→ Prompt
Set down exactly the lines in the records below that run from the line with "#106=IFCINDEXEDPOLYGONALFACE((10,14,22,18));" to the line with "#110=IFCINDEXEDPOLYGONALFACE((19,20,24,23));", inclusive, and nothing more.

→ Dataset entries
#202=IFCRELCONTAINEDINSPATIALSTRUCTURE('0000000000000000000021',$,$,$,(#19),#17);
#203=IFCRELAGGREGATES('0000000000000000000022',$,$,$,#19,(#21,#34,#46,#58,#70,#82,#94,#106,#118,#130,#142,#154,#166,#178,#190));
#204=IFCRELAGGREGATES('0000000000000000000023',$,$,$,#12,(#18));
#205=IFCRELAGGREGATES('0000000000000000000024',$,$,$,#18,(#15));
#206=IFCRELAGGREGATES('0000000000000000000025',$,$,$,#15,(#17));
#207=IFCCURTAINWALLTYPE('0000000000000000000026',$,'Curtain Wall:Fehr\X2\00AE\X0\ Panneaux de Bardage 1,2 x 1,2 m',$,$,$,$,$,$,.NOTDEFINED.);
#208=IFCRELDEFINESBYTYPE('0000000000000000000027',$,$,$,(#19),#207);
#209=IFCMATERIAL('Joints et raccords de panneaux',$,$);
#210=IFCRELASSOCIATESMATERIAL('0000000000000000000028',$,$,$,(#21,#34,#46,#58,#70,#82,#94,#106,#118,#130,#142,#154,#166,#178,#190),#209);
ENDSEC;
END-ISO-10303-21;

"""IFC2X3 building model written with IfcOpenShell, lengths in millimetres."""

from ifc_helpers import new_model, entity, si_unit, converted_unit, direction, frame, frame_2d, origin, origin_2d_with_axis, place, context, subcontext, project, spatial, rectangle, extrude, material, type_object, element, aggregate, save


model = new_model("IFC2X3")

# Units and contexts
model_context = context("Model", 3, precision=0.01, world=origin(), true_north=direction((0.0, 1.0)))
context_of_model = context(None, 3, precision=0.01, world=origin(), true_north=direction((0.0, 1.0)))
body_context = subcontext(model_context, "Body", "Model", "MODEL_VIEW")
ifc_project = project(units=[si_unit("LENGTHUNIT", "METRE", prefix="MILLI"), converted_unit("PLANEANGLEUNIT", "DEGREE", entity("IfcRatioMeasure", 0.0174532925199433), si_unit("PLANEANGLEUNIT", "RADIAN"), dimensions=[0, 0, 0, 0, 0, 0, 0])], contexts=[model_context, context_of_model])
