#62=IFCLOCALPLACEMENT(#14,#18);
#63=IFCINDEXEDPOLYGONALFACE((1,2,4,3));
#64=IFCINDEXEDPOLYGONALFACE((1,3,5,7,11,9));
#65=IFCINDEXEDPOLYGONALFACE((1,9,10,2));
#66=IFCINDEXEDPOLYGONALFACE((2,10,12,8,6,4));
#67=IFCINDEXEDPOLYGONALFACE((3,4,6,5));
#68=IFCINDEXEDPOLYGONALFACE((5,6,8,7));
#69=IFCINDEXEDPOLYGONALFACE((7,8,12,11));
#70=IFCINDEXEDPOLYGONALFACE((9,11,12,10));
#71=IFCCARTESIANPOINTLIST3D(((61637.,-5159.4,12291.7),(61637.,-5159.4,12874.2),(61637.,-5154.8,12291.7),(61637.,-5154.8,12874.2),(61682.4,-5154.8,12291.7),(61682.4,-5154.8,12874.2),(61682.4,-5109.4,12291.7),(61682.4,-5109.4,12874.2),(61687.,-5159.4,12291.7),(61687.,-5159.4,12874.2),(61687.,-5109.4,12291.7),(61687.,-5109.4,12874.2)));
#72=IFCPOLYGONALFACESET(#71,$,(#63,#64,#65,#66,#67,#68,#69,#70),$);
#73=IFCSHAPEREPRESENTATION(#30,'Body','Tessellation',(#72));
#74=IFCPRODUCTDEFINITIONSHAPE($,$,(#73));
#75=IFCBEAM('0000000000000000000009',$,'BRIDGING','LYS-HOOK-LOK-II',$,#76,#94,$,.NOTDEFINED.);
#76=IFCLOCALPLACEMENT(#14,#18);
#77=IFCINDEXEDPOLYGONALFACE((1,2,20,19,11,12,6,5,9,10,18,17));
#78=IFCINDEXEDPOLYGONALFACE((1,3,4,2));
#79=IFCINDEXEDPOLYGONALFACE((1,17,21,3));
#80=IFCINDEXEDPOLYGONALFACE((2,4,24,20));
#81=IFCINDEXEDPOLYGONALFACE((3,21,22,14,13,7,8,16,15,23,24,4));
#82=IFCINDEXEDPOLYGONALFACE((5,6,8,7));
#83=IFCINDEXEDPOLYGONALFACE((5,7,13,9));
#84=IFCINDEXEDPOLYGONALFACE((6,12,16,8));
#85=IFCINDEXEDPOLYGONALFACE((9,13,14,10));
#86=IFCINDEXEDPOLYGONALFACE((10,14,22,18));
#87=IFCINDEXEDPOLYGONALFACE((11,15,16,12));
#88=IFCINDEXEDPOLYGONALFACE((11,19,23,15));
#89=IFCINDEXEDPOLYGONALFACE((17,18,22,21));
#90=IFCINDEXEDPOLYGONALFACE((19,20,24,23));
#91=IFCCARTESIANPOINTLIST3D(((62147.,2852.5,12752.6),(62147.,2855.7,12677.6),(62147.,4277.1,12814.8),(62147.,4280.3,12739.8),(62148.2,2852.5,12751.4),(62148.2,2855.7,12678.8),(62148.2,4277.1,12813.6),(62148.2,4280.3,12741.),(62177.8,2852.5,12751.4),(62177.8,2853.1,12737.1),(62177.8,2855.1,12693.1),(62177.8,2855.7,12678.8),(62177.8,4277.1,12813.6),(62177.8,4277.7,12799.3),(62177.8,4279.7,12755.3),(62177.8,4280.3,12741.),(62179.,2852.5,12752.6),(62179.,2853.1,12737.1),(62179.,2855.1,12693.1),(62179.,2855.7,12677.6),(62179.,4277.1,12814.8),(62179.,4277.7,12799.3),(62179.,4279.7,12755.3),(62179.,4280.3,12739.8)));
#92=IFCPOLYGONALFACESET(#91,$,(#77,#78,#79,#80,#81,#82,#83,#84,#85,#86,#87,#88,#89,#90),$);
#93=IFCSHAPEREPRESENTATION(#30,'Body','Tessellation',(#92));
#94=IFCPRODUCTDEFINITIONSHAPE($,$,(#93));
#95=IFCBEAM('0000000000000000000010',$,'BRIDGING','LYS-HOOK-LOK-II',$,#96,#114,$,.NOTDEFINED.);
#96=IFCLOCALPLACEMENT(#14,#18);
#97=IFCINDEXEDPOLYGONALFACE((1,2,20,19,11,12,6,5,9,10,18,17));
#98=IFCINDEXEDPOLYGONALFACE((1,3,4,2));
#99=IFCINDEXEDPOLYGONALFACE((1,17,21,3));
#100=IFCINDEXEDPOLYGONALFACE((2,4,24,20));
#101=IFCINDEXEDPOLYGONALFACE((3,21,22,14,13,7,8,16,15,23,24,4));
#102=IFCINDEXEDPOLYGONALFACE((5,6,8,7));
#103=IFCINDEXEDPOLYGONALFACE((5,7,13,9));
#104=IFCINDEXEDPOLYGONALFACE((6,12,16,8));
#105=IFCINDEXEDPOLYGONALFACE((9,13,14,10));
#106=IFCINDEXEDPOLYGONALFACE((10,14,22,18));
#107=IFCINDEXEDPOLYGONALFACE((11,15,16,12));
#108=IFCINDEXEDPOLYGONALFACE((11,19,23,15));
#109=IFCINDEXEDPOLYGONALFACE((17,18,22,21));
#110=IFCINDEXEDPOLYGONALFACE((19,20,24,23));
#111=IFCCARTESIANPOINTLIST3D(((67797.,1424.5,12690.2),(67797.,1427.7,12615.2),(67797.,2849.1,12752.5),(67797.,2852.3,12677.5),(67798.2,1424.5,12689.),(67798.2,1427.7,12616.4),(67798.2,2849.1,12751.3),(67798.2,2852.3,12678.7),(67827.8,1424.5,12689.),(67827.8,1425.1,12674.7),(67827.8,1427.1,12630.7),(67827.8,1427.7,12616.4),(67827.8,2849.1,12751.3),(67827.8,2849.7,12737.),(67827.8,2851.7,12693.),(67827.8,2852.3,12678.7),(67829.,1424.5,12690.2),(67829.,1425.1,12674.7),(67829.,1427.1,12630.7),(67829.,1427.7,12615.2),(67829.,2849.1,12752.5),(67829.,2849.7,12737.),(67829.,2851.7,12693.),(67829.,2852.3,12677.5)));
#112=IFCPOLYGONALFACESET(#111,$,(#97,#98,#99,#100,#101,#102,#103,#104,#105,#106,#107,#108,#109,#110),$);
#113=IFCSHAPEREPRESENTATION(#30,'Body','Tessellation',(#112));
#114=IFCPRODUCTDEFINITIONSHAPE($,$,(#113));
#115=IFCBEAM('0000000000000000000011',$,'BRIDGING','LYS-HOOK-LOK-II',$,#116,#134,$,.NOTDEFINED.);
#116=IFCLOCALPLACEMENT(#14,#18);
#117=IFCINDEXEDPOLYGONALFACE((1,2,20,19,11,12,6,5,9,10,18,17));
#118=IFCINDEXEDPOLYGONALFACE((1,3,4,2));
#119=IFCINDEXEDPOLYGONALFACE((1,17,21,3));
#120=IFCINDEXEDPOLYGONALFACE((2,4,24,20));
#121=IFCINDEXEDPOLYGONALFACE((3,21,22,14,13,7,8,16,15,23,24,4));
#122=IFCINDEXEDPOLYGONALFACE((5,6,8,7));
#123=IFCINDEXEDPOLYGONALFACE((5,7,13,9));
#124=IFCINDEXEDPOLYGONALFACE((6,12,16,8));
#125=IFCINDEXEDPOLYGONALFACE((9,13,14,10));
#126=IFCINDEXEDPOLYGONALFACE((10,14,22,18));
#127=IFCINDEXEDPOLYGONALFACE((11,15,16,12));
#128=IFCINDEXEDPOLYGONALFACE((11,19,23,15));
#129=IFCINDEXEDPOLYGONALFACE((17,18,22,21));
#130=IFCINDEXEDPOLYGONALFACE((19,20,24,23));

→ Answer box
#106=IFCINDEXEDPOLYGONALFACE((10,14,22,18));
#107=IFCINDEXEDPOLYGONALFACE((11,15,16,12));
#108=IFCINDEXEDPOLYGONALFACE((11,19,23,15));
#109=IFCINDEXEDPOLYGONALFACE((17,18,22,21));
#110=IFCINDEXEDPOLYGONALFACE((19,20,24,23));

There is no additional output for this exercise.